Assigned task -> Reproduce every line that appears below, precisely and completely.

Dataset entries
# # # # # # #

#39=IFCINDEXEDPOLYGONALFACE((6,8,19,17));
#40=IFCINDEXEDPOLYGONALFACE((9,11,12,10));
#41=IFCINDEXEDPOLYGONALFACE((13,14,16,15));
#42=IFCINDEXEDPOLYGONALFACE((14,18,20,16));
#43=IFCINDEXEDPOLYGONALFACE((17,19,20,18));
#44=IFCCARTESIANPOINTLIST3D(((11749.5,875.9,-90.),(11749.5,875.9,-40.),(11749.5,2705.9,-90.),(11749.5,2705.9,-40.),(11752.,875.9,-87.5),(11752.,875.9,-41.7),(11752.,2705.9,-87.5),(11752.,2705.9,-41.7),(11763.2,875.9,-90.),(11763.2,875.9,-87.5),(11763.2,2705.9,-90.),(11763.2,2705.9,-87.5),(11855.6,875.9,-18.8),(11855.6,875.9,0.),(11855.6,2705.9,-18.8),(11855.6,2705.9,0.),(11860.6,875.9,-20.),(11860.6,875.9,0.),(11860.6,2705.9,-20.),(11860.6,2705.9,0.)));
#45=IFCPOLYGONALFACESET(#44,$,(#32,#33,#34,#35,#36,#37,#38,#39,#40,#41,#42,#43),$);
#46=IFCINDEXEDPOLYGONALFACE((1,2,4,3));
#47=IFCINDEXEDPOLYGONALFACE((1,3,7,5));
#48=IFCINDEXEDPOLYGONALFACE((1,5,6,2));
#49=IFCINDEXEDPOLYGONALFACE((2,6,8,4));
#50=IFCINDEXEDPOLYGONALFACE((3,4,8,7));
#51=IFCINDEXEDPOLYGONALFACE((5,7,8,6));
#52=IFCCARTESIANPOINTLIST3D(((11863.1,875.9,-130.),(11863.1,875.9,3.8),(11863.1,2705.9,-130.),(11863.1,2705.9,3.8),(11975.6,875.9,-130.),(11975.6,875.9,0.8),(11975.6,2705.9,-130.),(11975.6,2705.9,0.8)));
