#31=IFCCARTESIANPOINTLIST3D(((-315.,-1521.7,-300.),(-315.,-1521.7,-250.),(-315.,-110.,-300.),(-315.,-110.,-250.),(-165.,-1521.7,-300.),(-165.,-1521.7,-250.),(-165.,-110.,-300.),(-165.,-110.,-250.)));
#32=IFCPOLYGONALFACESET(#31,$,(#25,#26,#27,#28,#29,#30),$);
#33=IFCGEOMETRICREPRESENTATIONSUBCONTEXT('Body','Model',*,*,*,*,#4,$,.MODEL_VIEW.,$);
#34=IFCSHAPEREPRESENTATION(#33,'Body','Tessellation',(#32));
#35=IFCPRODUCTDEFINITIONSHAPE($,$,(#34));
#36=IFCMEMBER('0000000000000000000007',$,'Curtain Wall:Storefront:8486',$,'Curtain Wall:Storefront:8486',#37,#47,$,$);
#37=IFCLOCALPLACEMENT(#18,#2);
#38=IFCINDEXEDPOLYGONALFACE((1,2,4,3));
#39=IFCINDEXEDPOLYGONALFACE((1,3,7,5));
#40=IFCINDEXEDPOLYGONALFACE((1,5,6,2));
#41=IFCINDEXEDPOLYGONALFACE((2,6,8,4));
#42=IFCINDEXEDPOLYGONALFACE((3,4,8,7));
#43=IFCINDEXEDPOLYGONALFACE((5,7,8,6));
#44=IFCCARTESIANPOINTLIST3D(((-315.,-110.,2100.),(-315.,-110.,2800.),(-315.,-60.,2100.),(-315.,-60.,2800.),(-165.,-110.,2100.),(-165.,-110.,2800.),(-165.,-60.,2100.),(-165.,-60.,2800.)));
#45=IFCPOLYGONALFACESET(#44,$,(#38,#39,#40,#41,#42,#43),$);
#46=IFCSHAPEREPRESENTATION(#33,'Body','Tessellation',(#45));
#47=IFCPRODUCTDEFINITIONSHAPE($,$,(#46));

# # # # # # #

Task result ->
#39=IFCINDEXEDPOLYGONALFACE((6,8,19,17));
#40=IFCINDEXEDPOLYGONALFACE((9,11,12,10));
#41=IFCINDEXEDPOLYGONALFACE((13,14,16,15));
#42=IFCINDEXEDPOLYGONALFACE((14,18,20,16));
#43=IFCINDEXEDPOLYGONALFACE((17,19,20,18));
#44=IFCCARTESIANPOINTLIST3D(((11749.5,875.9,-90.),(11749.5,875.9,-40.),(11749.5,2705.9,-90.),(11749.5,2705.9,-40.),(11752.,875.9,-87.5),(11752.,875.9,-41.7),(11752.,2705.9,-87.5),(11752.,2705.9,-41.7),(11763.2,875.9,-90.),(11763.2,875.9,-87.5),(11763.2,2705.9,-90.),(11763.2,2705.9,-87.5),(11855.6,875.9,-18.8),(11855.6,875.9,0.),(11855.6,2705.9,-18.8),(11855.6,2705.9,0.),(11860.6,875.9,-20.),(11860.6,875.9,0.),(11860.6,2705.9,-20.),(11860.6,2705.9,0.)));
#45=IFCPOLYGONALFACESET(#44,$,(#32,#33,#34,#35,#36,#37,#38,#39,#40,#41,#42,#43),$);
#46=IFCINDEXEDPOLYGONALFACE((1,2,4,3));
#47=IFCINDEXEDPOLYGONALFACE((1,3,7,5));
#48=IFCINDEXEDPOLYGONALFACE((1,5,6,2));
#49=IFCINDEXEDPOLYGONALFACE((2,6,8,4));
#50=IFCINDEXEDPOLYGONALFACE((3,4,8,7));
#51=IFCINDEXEDPOLYGONALFACE((5,7,8,6));
#52=IFCCARTESIANPOINTLIST3D(((11863.1,875.9,-130.),(11863.1,875.9,3.8),(11863.1,2705.9,-130.),(11863.1,2705.9,3.8),(11975.6,875.9,-130.),(11975.6,875.9,0.8),(11975.6,2705.9,-130.),(11975.6,2705.9,0.8)));
#31=IFCCARTESIANPOINTLIST3D(((-315.,-1521.7,-300.),(-315.,-1521.7,-250.),(-315.,-110.,-300.),(-315.,-110.,-250.),(-165.,-1521.7,-300.),(-165.,-1521.7,-250.),(-165.,-110.,-300.),(-165.,-110.,-250.)));
#32=IFCPOLYGONALFACESET(#31,$,(#25,#26,#27,#28,#29,#30),$);
#33=IFCGEOMETRICREPRESENTATIONSUBCONTEXT('Body','Model',*,*,*,*,#4,$,.MODEL_VIEW.,$);
#34=IFCSHAPEREPRESENTATION(#33,'Body','Tessellation',(#32));
#35=IFCPRODUCTDEFINITIONSHAPE($,$,(#34));
#36=IFCMEMBER('0000000000000000000007',$,'Curtain Wall:Storefront:8486',$,'Curtain Wall:Storefront:8486',#37,#47,$,$);
#37=IFCLOCALPLACEMENT(#18,#2);
#38=IFCINDEXEDPOLYGONALFACE((1,2,4,3));
#39=IFCINDEXEDPOLYGONALFACE((1,3,7,5));
#40=IFCINDEXEDPOLYGONALFACE((1,5,6,2));
#41=IFCINDEXEDPOLYGONALFACE((2,6,8,4));
#42=IFCINDEXEDPOLYGONALFACE((3,4,8,7));
#43=IFCINDEXEDPOLYGONALFACE((5,7,8,6));
#44=IFCCARTESIANPOINTLIST3D(((-315.,-110.,2100.),(-315.,-110.,2800.),(-315.,-60.,2100.),(-315.,-60.,2800.),(-165.,-110.,2100.),(-165.,-110.,2800.),(-165.,-60.,2100.),(-165.,-60.,2800.)));
#45=IFCPOLYGONALFACESET(#44,$,(#38,#39,#40,#41,#42,#43),$);
#46=IFCSHAPEREPRESENTATION(#33,'Body','Tessellation',(#45));
#47=IFCPRODUCTDEFINITIONSHAPE($,$,(#46));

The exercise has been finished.